There are plenty of circumstances that when it doesn’t make sense to avoid canceling the credit card just to prevent a credit score drop. If you never intend to use the card and never look at the monthly statements to ensure no purchases have been charged to the card, keeping it open only invites fraudsters to steal your card information and leave an even more expensive mess to fix. Also, if the card charges an annual fee, you are also paying Wells Fargo a few dollars each year for a card you never originally wanted or needed.

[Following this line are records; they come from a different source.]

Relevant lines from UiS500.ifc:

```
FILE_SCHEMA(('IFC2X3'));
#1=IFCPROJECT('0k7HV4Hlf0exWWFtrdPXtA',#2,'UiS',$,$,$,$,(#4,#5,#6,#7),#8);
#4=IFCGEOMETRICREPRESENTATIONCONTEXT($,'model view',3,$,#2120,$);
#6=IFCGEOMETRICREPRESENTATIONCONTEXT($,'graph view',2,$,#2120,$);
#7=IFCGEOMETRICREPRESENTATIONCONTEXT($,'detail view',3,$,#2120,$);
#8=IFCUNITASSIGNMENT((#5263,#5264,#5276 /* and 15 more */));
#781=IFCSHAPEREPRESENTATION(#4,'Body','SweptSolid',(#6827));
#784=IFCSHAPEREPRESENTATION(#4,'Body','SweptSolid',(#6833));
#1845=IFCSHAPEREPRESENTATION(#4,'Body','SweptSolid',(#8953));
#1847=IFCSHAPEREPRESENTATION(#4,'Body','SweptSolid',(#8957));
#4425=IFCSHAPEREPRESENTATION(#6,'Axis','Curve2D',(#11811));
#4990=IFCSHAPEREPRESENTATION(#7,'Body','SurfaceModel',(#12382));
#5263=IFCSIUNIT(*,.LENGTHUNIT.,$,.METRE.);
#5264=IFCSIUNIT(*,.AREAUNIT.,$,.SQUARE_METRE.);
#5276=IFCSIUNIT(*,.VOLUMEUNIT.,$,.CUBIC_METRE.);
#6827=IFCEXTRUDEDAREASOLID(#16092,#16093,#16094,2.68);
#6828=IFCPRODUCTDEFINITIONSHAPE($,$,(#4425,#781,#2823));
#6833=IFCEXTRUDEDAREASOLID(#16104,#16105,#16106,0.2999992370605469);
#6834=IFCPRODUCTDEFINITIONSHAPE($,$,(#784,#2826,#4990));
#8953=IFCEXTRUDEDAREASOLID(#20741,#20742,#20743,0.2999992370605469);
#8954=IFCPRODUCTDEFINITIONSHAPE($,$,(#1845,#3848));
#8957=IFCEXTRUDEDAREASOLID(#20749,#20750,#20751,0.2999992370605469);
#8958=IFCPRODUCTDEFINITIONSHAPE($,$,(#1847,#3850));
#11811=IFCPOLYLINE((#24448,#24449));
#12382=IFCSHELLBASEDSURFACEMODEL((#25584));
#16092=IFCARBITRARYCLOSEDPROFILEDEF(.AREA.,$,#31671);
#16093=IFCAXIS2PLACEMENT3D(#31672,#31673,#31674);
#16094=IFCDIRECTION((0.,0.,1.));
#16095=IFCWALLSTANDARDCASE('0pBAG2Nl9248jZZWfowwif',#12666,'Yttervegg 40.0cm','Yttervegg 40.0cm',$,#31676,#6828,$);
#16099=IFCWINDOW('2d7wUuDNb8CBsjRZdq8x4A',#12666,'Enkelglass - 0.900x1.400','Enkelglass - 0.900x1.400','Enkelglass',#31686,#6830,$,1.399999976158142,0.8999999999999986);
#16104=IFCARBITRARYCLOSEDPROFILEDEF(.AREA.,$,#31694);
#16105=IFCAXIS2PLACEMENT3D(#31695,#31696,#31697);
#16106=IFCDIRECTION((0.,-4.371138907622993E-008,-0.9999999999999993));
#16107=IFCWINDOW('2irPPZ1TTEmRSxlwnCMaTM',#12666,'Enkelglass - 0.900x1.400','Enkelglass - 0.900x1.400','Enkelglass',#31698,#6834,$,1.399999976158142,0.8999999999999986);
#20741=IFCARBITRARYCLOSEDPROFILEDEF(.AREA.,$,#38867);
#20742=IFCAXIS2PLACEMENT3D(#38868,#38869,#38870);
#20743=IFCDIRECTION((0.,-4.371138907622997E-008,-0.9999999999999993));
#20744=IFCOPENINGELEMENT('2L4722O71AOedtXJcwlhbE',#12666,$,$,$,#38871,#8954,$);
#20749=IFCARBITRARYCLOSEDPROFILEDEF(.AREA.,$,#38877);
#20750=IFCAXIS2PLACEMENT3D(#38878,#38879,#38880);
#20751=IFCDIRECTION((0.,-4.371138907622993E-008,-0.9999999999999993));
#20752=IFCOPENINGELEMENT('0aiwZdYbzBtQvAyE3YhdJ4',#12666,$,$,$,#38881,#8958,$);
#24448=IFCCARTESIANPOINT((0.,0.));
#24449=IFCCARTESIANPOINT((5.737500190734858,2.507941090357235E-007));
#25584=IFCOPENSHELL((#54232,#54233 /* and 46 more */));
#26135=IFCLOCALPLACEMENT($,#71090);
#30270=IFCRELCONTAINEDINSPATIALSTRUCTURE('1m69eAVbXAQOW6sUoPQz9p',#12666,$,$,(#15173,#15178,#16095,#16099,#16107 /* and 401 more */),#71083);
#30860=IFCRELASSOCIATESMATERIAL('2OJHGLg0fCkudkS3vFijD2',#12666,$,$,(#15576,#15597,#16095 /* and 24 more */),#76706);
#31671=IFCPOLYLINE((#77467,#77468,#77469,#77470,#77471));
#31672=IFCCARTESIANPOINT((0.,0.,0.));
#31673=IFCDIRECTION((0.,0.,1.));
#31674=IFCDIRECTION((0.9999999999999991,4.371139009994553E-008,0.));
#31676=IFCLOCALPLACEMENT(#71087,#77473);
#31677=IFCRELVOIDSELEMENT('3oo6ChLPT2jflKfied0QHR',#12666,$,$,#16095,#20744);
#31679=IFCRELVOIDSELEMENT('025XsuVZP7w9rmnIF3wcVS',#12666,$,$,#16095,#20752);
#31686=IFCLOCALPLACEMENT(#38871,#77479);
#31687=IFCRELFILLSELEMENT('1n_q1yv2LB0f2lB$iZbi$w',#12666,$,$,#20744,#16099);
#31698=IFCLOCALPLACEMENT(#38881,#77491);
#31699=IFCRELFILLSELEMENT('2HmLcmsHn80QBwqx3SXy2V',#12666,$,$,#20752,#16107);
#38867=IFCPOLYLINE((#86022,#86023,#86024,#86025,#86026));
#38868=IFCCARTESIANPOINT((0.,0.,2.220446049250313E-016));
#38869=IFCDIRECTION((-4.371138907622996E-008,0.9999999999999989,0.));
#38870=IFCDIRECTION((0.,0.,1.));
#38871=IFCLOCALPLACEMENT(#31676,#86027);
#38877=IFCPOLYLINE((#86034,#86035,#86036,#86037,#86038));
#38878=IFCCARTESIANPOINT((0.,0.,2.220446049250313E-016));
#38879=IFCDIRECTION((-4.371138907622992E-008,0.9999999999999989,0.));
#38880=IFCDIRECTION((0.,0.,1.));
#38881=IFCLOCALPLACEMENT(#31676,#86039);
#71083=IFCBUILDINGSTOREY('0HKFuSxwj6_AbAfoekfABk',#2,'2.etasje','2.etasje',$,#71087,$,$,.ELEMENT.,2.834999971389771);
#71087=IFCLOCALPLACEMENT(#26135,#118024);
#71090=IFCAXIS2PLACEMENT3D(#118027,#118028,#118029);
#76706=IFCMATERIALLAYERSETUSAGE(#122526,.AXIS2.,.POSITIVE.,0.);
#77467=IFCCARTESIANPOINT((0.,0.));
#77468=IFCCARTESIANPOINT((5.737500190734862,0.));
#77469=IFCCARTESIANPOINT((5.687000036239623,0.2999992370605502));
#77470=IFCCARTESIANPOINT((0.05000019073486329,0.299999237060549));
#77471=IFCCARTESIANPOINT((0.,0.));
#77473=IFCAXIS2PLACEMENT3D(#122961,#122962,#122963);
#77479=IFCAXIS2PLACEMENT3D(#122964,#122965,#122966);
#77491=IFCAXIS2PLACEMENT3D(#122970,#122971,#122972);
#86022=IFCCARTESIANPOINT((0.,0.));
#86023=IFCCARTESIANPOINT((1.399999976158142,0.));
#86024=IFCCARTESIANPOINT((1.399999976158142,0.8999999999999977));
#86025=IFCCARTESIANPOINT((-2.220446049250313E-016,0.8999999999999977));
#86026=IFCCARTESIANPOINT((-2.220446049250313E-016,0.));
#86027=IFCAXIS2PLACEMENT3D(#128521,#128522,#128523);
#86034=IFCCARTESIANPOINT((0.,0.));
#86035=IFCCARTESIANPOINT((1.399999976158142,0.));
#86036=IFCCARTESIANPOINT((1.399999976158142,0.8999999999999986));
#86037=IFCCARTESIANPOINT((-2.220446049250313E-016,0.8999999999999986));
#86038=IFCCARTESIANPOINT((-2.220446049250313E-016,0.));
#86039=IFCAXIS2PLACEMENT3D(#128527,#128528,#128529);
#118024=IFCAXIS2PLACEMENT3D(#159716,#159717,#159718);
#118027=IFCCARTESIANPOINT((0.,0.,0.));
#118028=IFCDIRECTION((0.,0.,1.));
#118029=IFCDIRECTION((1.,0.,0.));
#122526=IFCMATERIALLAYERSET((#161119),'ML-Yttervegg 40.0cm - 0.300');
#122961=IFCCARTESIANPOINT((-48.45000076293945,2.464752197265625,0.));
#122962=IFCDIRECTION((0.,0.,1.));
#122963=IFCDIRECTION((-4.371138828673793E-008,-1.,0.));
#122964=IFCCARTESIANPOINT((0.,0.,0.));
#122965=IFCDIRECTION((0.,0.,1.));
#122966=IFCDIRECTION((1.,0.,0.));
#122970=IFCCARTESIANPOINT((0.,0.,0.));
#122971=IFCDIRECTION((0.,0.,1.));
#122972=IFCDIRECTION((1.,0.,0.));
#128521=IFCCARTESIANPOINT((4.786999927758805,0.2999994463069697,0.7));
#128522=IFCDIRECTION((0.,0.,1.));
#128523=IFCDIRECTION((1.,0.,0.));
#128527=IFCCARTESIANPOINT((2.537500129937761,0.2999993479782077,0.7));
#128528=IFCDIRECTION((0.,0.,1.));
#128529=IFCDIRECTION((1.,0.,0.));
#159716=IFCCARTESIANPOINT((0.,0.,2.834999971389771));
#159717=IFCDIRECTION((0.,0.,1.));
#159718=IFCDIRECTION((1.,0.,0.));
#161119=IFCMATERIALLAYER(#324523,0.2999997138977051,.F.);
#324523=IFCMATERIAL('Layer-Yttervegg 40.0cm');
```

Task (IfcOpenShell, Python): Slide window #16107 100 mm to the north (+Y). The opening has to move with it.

```python
import ifcopenshell
import ifcopenshell.api.geometry
import ifcopenshell.util.placement
import ifcopenshell.util.unit

model = ifcopenshell.open("UiS500.ifc")
unit_scale = ifcopenshell.util.unit.calculate_unit_scale(model)

window = model.by_id(16107)
opening = window.FillsVoids[0].RelatingOpeningElement
wall = opening.VoidsElements[0].RelatingBuildingElement

wall_matrix = ifcopenshell.util.placement.get_local_placement(wall.ObjectPlacement)
shift = wall_matrix[:3, 0] * -0.1 / unit_scale
before = ifcopenshell.util.placement.get_local_placement(window.ObjectPlacement)[:3, 3].copy()

# The window is placed relative to its opening, so it follows when the opening moves.
matrix = ifcopenshell.util.placement.get_local_placement(opening.ObjectPlacement)
matrix[:3, 3] += shift
ifcopenshell.api.geometry.edit_object_placement(
    model, product=opening, matrix=matrix, is_si=False, should_transform_children=True
)

after = ifcopenshell.util.placement.get_local_placement(window.ObjectPlacement)[:3, 3]
print("window moved by", (after - before).round(3) + 0.0)

model.write("UiS500_edited.ifc")
```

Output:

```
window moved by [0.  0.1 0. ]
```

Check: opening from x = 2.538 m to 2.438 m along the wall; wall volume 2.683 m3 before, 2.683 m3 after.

Fraud Doesn’t Stop at Wells Fargo
With two million fake accounts that were opened over a four year time period, many might be wondering how it took so long to discover the scandal. The truth is, checking and credit card fraud happens every day. Financial institutions have safeguards in place to prevent fraudulent account openings, but, the final responsibility still falls on the individual consumer to catch any fraud before the credit card companies and bill collectors start reporting delinquent payments to the credit bureaus.
One way an individual you can monitor their account is to review their credit report from all three bureaus from annualcreditreport.com. It is free and can be done once a year. You will not be able to access your credit score for free from this site, but, inspecting your credit report for any misreported payments or fraudulent account openings are very important.
Another way to monitor your credit report for theft is to enroll in a credit monitoring service. Many banks are now partnering with a credit bureau to offer a free service, and, you can also sign-up for a free service offered by Credit Karma or Credit Sesame. Most of these services will also provide you with a free credit score that is updated monthly. These services will provide you a monthly summary stating if they recorded any new account openings in your account profile. If so, you will have the opportunity to verify the account opening is legitimate and also how it affected your credit score.
Whether you were affected by the Wells Fargo scandal or not, enrolling in a credit monitoring service is a good idea. A few years ago, these services were few and far between and often charged a small monthly subscription fee. As a result, most people only reviewed their credit report once a year for free. Better than nothing, but, identity theft happens worldwide every day of the year that can affect the credit scores of many if it isn’t caught early on.